# Plastic bayonet bulb holder?



## _simon_ (Nov 27, 2007)

I'm after the type you can screw into the top of a viv. Just a plastic one as it's for a reflector bulb. Anyone know where these are sold? I've tried B&Q, homebase and maplins. I've seen them on ebay but postage is the same price as the actual fitment!


----------



## adamobie1 (May 27, 2009)

*Bulb fittings*

Have you tried screwfix, focus? They should be a standard shelf item, failing that have you not got a local Rep shop near, that may even supply the kit with cable and plug.


----------



## _simon_ (Nov 27, 2007)

Just checked and there is a focus 4 miles away. Got a screwfix as well but I've never been in one, always thought it was trade only?


----------



## adamobie1 (May 27, 2009)

*Screwfix Direct*

Hi,
I've ordered online from screw fix direct in the past, so should be the same in one of there shops. Try them, if there close. There is nothing to loose.

Hope you get it sorted

:2thumb:


----------



## Meko (Apr 29, 2007)

_simon_ said:


> I'm after the type you can screw into the top of a viv. Just a plastic one as it's for a reflector bulb. Anyone know where these are sold? I've tried B&Q, homebase and maplins. I've seen them on ebay but postage is the same price as the actual fitment!


 
B&Q do the bayonet screw in holders, i've bought a fair few from my local one.


----------



## _simon_ (Nov 27, 2007)

Meko said:


> B&Q do the bayonet screw in holders, i've bought a fair few from my local one.

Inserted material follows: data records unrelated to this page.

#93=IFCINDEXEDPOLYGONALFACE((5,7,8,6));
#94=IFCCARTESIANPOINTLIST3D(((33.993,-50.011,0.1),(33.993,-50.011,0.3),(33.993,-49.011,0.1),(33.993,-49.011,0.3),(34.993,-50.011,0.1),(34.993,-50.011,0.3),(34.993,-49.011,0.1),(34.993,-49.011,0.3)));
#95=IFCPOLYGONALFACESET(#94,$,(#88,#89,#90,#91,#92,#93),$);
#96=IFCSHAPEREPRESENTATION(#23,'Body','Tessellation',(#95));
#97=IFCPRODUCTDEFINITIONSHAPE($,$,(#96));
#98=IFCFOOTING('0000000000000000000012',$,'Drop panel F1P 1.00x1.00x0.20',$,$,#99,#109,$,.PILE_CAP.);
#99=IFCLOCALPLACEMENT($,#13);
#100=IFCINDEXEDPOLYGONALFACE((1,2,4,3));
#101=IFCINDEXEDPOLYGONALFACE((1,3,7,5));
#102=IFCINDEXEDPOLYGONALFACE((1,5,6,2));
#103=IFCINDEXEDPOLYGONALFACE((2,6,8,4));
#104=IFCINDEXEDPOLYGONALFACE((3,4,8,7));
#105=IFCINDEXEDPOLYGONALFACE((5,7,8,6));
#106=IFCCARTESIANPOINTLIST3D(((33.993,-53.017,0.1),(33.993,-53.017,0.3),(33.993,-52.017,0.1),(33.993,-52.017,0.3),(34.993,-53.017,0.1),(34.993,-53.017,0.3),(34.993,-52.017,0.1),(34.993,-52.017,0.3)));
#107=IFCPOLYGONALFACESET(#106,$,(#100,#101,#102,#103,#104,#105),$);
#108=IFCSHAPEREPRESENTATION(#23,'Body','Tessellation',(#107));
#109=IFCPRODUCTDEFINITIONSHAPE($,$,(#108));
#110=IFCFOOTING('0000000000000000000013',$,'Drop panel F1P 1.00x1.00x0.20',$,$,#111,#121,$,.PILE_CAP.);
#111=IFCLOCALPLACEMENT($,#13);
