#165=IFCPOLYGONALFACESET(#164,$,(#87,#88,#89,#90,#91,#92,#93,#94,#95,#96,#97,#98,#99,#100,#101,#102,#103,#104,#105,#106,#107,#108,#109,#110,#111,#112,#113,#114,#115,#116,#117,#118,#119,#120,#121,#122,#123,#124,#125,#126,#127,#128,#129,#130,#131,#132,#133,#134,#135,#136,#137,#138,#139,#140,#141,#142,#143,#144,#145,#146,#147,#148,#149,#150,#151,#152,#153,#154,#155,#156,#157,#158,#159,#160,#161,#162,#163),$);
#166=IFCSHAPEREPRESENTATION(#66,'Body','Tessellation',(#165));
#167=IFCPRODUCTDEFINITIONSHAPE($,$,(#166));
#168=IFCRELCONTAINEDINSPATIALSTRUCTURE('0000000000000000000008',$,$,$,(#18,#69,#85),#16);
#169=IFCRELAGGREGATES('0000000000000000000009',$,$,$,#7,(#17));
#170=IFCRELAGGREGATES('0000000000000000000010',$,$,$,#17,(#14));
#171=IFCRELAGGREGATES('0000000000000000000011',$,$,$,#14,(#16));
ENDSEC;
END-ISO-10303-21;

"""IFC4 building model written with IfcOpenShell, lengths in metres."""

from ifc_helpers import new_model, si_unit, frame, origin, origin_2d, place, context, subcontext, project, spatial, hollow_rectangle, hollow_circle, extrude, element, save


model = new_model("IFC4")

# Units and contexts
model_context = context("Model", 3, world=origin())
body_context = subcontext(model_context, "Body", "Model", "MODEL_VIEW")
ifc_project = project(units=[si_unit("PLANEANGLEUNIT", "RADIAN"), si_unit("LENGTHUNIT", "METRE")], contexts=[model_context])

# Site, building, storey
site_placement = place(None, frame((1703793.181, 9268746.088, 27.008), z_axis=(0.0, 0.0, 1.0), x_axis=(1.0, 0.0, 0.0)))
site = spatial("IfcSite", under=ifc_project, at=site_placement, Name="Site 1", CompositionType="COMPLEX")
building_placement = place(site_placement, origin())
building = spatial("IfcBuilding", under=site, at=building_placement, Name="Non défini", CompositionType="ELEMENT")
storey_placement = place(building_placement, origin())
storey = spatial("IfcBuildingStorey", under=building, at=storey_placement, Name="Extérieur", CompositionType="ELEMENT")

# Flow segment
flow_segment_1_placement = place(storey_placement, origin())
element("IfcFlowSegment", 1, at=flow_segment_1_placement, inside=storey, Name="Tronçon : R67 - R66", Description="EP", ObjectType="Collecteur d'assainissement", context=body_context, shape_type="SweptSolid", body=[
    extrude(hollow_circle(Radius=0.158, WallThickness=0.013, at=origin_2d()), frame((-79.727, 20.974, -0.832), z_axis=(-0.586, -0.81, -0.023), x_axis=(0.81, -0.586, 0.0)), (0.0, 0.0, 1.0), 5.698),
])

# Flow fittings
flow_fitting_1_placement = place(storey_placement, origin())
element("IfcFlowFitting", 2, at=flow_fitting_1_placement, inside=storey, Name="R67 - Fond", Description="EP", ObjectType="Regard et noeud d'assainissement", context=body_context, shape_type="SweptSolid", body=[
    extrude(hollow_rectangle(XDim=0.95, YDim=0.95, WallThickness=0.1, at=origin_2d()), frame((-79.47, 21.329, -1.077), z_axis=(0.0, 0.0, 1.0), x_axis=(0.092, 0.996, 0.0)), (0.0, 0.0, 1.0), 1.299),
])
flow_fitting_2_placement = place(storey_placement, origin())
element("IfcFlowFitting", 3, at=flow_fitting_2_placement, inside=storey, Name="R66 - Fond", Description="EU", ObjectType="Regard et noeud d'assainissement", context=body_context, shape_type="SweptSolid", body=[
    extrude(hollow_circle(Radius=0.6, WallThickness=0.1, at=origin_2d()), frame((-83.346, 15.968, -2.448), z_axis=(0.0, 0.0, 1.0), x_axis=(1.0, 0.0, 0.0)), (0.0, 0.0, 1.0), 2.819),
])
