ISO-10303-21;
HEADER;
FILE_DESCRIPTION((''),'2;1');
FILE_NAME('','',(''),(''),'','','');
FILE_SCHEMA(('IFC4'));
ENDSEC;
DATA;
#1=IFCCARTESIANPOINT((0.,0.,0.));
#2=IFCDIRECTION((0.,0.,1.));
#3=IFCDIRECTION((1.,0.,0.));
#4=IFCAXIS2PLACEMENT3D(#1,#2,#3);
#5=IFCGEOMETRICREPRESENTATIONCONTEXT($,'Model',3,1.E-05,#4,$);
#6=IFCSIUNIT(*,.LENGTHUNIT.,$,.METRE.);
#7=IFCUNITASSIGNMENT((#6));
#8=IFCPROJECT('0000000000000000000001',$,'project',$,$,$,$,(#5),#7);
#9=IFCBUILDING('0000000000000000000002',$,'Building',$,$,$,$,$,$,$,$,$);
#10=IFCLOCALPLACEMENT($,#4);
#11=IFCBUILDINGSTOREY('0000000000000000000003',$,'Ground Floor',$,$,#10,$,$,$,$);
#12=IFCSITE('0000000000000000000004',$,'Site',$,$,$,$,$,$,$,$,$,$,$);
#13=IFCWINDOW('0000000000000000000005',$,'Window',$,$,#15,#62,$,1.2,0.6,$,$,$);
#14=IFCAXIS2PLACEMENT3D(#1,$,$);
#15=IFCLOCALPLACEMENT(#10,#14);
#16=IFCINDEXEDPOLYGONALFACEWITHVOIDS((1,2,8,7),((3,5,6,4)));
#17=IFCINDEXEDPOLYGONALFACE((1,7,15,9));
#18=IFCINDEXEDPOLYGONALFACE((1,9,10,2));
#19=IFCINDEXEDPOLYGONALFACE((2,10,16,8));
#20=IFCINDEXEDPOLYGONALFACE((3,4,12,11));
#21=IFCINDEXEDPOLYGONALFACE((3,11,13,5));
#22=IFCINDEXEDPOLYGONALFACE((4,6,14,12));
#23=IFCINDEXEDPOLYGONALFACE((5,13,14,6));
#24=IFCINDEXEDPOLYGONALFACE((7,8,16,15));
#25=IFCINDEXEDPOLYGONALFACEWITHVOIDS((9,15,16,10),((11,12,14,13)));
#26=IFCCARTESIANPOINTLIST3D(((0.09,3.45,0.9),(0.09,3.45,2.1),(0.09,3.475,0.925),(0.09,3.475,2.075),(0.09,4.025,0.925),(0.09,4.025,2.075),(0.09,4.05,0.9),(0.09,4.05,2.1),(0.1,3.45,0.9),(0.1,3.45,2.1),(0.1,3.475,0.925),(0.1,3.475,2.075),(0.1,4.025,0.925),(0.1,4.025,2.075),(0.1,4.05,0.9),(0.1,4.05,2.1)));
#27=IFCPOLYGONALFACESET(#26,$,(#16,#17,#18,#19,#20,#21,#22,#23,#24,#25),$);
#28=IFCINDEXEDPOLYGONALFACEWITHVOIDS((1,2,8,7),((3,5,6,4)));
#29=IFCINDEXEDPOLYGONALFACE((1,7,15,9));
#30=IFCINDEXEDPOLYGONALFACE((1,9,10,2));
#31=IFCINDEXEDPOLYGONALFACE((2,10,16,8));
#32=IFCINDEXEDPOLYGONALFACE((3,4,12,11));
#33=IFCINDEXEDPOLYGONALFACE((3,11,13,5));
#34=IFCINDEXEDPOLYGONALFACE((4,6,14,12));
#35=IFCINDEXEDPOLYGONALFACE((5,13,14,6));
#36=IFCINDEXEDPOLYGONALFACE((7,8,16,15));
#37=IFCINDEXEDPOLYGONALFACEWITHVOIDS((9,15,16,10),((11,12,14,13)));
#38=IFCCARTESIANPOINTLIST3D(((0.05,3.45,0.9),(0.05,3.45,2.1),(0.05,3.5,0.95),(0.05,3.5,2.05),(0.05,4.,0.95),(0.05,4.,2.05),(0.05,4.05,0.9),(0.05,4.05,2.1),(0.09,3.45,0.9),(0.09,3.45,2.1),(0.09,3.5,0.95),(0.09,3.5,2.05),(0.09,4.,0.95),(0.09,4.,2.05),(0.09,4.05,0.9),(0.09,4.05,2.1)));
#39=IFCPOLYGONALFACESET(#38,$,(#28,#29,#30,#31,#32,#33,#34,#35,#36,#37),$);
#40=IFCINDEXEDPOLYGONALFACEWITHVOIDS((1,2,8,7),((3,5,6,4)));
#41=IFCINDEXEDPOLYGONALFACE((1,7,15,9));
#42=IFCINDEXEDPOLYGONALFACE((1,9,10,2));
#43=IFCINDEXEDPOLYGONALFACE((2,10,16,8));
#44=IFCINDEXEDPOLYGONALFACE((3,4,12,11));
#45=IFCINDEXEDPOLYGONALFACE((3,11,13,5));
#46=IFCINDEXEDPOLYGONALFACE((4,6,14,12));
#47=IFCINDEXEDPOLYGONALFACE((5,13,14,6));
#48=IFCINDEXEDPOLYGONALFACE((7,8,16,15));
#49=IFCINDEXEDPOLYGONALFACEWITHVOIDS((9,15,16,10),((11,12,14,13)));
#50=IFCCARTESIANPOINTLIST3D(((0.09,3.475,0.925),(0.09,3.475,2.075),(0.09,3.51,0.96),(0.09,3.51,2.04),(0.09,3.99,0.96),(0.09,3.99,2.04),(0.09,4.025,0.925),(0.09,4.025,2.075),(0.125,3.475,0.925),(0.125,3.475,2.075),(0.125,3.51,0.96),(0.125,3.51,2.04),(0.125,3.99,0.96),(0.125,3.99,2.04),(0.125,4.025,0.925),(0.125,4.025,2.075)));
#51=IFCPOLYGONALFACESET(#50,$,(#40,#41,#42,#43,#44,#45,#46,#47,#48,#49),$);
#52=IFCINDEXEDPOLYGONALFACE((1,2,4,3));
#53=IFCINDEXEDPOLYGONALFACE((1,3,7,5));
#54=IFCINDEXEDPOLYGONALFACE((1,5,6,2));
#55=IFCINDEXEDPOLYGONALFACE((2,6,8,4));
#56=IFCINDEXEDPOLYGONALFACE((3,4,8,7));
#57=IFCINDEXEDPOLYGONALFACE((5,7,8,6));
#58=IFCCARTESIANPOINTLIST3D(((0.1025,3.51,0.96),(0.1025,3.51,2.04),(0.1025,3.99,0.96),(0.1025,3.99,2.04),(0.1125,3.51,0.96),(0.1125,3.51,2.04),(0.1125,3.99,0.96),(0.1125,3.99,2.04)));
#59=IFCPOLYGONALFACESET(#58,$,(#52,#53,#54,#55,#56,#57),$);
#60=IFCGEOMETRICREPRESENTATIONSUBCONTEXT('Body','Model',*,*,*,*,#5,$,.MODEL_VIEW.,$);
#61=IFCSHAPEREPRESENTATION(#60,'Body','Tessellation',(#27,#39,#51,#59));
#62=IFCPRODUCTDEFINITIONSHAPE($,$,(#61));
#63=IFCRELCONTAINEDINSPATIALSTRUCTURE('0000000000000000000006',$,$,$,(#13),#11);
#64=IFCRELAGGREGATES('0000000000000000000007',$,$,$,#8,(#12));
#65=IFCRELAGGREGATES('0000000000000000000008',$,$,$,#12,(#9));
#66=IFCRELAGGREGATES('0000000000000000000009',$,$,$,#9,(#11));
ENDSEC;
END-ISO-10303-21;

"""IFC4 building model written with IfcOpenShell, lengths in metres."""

from ifc_helpers import new_model, si_unit, frame, origin_with_axes, place, context, subcontext, project, spatial, line, indexed_curve, outline, extrude, element, save


model = new_model("IFC4")

# Units and contexts
model_context = context("Model", 3, precision=1e-05, world=origin_with_axes())
body_context = subcontext(model_context, "Body", "Model", "MODEL_VIEW")
ifc_project = project(units=[si_unit("LENGTHUNIT", "METRE")], contexts=[model_context])

# Site, building, storey
site = spatial("IfcSite", under=ifc_project, Name="Site")
building = spatial("IfcBuilding", under=site, Name="Building")
storey_placement = place(None, origin_with_axes())
storey = spatial("IfcBuildingStorey", under=building, at=storey_placement, Name="Ground Floor")

# Window
window_1_placement = place(storey_placement, frame((0.0, 4.05, 0.9), z_axis=(0.0, 0.0, 1.0), x_axis=(0.0, -1.0, 0.0)))
element("IfcWindow", 1, at=window_1_placement, inside=storey, Name="Window", OverallHeight=1.2, OverallWidth=0.6, context=body_context, shape_type="SweptSolid", body=[
    extrude(outline(indexed_curve([(0.0, 0.0), (0.6, 0.0), (0.6, 1.2), (0.0, 1.2)], segments=[line(1, 2, 3, 4, 1)]), holes=[indexed_curve([(0.025, 0.025), (0.575, 0.025), (0.575, 1.175), (0.025, 1.175)], segments=[line(1, 2, 3, 4, 1)])]), frame((0.0, 0.09, 0.0), z_axis=(0.0, -1.0, 0.0), x_axis=(1.0, 0.0, 0.0)), (0.0, 0.0, -1.0), 0.01),
    extrude(outline(indexed_curve([(0.0, 0.0), (0.6, 0.0), (0.6, 1.2), (0.0, 1.2)], segments=[line(1, 2, 3, 4, 1)]), holes=[indexed_curve([(0.05, 0.05), (0.55, 0.05), (0.55, 1.15), (0.05, 1.15)], segments=[line(1, 2, 3, 4, 1)])]), frame((0.0, 0.05, 0.0), z_axis=(0.0, -1.0, 0.0), x_axis=(1.0, 0.0, 0.0)), (0.0, 0.0, -1.0), 0.04),
    extrude(outline(indexed_curve([(0.0, 0.0), (0.55, 0.0), (0.55, 1.15), (0.0, 1.15)], segments=[line(1, 2, 3, 4, 1)]), holes=[indexed_curve([(0.035, 0.035), (0.515, 0.035), (0.515, 1.115), (0.035, 1.115)], segments=[line(1, 2, 3, 4, 1)])]), frame((0.025, 0.09, 0.025), z_axis=(0.0, -1.0, 0.0), x_axis=(1.0, 0.0, 0.0)), (0.0, 0.0, -1.0), 0.035),
    extrude(outline(indexed_curve([(0.035, 0.035), (0.515, 0.035), (0.515, 1.115), (0.035, 1.115)], segments=[line(1, 2, 3, 4, 1)])), frame((0.025, 0.1025, 0.025), z_axis=(0.0, -1.0, 0.0), x_axis=(1.0, 0.0, 0.0)), (0.0, 0.0, -1.0), 0.01),
])

save(model, "model.ifc")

Maybe they were out of stock when I looked. I'll check again today then! Failing that I'll give screwfix a bash. Did look on their website though and couldn't find any.


----------



## dazaston (Jun 17, 2009)

Got mine from wilkinsons stores only 79p each for the angled type or 59p for the straight 1s.
Daz


----------



## _simon_ (Nov 27, 2007)

B&Q had some in this time.


----------